In 2021, BlackRock’s iShares — which “remained a significant growth driver” in 2021 — drew in $306 billion in assets, accounting for 57% of new money accumulated into all of the firm’s passive and active offerings, according to Chairman and Chief Executive Larry Fink.
The two people said BlackRock is recruiting for roles across ETF-focused marketing, operations, and portfolio management for its China ETF foray.
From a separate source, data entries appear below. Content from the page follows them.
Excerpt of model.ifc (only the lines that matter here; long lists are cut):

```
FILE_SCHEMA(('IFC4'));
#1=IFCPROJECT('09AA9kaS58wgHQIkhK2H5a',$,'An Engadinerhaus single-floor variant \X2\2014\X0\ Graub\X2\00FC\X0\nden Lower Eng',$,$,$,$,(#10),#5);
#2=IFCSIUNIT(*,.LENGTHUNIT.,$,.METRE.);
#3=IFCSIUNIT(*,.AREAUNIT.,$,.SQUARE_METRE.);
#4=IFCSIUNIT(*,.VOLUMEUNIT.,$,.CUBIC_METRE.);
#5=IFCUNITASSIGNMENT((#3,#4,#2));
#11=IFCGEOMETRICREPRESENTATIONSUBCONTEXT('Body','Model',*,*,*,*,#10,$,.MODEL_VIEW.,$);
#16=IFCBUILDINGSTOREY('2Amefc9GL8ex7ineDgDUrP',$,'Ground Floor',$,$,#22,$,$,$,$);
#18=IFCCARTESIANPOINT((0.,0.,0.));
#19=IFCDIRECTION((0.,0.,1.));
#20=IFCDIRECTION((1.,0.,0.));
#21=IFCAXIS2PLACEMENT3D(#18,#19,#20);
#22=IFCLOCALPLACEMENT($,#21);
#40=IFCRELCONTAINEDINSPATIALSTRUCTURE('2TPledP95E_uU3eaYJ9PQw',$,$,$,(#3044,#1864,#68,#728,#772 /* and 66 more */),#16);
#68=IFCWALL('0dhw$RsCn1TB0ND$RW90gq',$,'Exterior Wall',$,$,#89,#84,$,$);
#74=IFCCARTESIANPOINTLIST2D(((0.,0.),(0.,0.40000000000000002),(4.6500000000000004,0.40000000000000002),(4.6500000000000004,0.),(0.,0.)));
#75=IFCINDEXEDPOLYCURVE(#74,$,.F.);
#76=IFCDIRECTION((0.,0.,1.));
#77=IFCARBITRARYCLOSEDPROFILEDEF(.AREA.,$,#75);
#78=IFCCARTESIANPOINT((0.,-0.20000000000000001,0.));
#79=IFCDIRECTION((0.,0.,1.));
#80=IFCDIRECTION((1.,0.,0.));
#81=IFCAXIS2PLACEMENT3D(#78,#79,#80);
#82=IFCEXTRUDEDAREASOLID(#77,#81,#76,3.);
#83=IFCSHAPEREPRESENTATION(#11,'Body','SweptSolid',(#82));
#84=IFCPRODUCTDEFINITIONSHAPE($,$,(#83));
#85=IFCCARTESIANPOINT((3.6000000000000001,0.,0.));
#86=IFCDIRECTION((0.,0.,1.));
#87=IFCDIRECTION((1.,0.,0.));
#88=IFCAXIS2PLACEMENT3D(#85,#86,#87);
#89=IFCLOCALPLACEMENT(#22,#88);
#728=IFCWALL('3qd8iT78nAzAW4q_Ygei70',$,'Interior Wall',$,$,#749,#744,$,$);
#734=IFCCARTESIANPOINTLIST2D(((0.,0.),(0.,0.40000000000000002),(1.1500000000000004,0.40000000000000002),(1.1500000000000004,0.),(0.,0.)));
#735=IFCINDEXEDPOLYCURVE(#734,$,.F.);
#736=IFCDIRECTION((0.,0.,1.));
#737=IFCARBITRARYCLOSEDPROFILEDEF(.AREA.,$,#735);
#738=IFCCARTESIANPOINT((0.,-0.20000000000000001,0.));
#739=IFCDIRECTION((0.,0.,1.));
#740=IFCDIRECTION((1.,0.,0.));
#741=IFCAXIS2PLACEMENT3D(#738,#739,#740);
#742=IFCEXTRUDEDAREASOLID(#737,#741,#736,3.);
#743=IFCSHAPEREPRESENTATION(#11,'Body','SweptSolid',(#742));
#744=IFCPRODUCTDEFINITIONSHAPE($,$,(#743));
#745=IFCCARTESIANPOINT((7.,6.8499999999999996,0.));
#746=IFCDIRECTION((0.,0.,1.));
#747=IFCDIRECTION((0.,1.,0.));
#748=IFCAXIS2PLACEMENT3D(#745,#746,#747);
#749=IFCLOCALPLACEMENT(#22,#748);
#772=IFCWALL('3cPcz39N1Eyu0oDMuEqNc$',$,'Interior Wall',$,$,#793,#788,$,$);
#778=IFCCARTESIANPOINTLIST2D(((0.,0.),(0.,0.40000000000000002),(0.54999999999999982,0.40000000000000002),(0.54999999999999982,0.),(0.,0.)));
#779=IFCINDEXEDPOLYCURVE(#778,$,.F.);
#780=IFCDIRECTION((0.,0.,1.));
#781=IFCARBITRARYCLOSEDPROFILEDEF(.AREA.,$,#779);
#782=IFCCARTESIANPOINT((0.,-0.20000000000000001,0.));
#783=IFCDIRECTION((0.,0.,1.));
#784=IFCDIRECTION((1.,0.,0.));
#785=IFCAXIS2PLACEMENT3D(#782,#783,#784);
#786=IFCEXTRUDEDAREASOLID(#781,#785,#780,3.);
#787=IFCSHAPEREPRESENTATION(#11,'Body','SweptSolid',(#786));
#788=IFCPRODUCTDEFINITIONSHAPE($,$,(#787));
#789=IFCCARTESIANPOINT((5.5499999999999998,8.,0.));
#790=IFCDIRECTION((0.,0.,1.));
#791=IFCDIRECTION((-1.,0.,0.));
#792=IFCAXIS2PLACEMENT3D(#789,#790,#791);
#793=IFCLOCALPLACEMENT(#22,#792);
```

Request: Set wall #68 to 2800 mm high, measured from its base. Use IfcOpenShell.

```python
import ifcopenshell
import ifcopenshell.geom
import ifcopenshell.util.representation
import ifcopenshell.util.shape

model = ifcopenshell.open("model.ifc")
settings = ifcopenshell.geom.settings()


def volume(element):
    """Net volume in cubic metres, openings subtracted."""
    shape = ifcopenshell.geom.create_shape(settings, element)
    return ifcopenshell.util.shape.get_volume(shape.geometry)


wall = model.by_id(68)
before = volume(wall)

body = ifcopenshell.util.representation.get_representation(wall, "Model", "Body")
solid = body.Items[0]
old_height = solid.Depth
solid.Depth = 2.8
after = volume(wall)

print(f"height {old_height:g} -> {solid.Depth:g}, volume {before:.3f} -> {after:.3f} m3")

model.write("model_edited.ifc")
```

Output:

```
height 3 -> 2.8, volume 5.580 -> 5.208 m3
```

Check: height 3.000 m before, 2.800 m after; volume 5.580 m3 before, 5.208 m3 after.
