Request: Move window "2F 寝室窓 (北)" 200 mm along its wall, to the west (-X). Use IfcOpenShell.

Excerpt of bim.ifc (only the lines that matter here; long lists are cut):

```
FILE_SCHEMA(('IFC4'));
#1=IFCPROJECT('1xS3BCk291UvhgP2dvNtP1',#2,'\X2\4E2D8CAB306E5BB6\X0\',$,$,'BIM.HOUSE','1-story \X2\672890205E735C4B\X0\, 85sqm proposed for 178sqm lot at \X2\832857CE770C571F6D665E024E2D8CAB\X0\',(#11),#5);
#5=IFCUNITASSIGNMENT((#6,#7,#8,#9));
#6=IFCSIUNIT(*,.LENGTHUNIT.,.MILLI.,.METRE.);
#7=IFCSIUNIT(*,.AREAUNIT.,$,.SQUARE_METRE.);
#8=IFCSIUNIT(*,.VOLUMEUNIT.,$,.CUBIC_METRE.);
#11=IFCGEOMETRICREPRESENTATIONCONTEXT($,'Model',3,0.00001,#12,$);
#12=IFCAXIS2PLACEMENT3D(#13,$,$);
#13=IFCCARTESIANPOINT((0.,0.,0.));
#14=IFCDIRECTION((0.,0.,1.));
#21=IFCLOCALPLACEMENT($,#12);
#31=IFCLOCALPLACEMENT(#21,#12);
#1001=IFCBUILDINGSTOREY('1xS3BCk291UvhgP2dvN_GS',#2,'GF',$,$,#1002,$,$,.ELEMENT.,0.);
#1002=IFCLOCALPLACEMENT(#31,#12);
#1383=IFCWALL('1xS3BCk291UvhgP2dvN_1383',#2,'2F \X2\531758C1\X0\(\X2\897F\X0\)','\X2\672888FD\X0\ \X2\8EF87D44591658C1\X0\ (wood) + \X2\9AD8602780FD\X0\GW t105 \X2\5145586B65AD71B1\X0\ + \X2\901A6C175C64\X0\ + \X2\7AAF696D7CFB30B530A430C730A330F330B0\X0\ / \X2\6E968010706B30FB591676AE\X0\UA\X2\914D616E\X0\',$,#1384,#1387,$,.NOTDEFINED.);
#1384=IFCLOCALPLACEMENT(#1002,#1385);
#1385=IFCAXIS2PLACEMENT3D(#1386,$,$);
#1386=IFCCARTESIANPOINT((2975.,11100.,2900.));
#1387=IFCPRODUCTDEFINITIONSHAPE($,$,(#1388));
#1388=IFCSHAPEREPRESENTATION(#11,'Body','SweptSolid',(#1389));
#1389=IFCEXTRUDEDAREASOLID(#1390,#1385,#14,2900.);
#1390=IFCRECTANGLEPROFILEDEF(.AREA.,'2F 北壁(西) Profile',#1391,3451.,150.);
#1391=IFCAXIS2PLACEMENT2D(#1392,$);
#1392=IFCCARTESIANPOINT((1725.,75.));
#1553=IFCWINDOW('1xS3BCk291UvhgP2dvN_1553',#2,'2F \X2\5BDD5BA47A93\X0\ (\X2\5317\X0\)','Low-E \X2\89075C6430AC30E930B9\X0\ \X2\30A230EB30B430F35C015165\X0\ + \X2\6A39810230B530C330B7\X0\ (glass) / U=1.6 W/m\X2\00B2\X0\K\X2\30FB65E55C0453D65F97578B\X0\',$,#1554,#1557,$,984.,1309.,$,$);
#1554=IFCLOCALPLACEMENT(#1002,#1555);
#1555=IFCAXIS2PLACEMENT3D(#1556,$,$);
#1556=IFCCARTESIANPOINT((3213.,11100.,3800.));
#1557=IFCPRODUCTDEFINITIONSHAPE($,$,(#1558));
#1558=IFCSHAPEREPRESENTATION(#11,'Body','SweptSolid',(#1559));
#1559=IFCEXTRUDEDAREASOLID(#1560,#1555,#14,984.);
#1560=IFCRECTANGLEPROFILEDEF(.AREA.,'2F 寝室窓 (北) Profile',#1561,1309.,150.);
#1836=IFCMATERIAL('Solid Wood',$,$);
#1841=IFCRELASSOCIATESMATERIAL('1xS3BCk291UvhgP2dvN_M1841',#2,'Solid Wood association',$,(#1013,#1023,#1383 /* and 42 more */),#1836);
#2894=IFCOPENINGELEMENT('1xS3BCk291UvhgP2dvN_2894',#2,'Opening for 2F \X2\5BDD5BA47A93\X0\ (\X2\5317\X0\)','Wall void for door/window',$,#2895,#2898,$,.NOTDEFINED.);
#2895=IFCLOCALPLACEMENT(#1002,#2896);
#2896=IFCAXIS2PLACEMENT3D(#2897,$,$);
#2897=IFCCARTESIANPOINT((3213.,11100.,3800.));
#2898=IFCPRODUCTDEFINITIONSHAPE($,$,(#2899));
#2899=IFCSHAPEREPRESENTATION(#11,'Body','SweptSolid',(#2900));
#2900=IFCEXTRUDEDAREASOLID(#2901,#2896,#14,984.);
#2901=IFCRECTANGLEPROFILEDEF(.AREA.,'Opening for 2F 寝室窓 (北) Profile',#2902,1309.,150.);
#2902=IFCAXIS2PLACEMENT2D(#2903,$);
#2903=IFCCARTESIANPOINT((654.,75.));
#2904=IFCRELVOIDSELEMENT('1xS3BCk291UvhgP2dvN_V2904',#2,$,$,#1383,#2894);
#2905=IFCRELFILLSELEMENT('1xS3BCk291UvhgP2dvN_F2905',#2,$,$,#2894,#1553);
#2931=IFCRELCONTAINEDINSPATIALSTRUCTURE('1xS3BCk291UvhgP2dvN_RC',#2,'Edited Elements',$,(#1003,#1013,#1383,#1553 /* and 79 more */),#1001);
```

```python
import ifcopenshell
import ifcopenshell.api.geometry
import ifcopenshell.util.placement

model = ifcopenshell.open("bim.ifc")

window = model.by_guid("1xS3BCk291UvhgP2dvN_1553")
opening = window.FillsVoids[0].RelatingOpeningElement
wall = opening.VoidsElements[0].RelatingBuildingElement

wall_matrix = ifcopenshell.util.placement.get_local_placement(wall.ObjectPlacement)
shift = wall_matrix[:3, 0] * -200.0
before = ifcopenshell.util.placement.get_local_placement(window.ObjectPlacement)[:3, 3].copy()

# The window is not placed relative to its opening, so move both.
for product in (opening, window):
    matrix = ifcopenshell.util.placement.get_local_placement(product.ObjectPlacement)
    matrix[:3, 3] += shift
    ifcopenshell.api.geometry.edit_object_placement(model, product=product, matrix=matrix, is_si=False)

after = ifcopenshell.util.placement.get_local_placement(window.ObjectPlacement)[:3, 3]
print("window moved by", (after - before).round(3) + 0.0)

model.write("bim_edited.ifc")
```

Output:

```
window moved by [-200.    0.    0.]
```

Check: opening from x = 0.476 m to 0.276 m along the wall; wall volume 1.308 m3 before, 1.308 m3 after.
Initially, the firm intends to create a team of five to six employees, they said.
One of the people said that the candidate interviews were being conducted online since business activity in Shanghai has been largely limited by the measures to stop the spread of COVID-19.
Fund association data showed that BlackRock’s Shanghai office currently has at least 70 staff, and the company’s job adverts showed it is set to recruit over 15 more, excluding the ETF hires.
A series of foreign fund houses, including U.S.-based ETF specialist VanEck, have requested licenses to operate in the local fund market since China allowed the operations of fully foreign-owned fund units in 2019.
China is a lucrative market for foreigners because most of the country’s equities ETFs charge a 0.5% management fee per annum, higher than 10 to 20 basis points charged by managers of such products in Europe and the U.S.
Over 80% of the market share is controlled by the country’s 10 largest ETF providers, most of them being local players.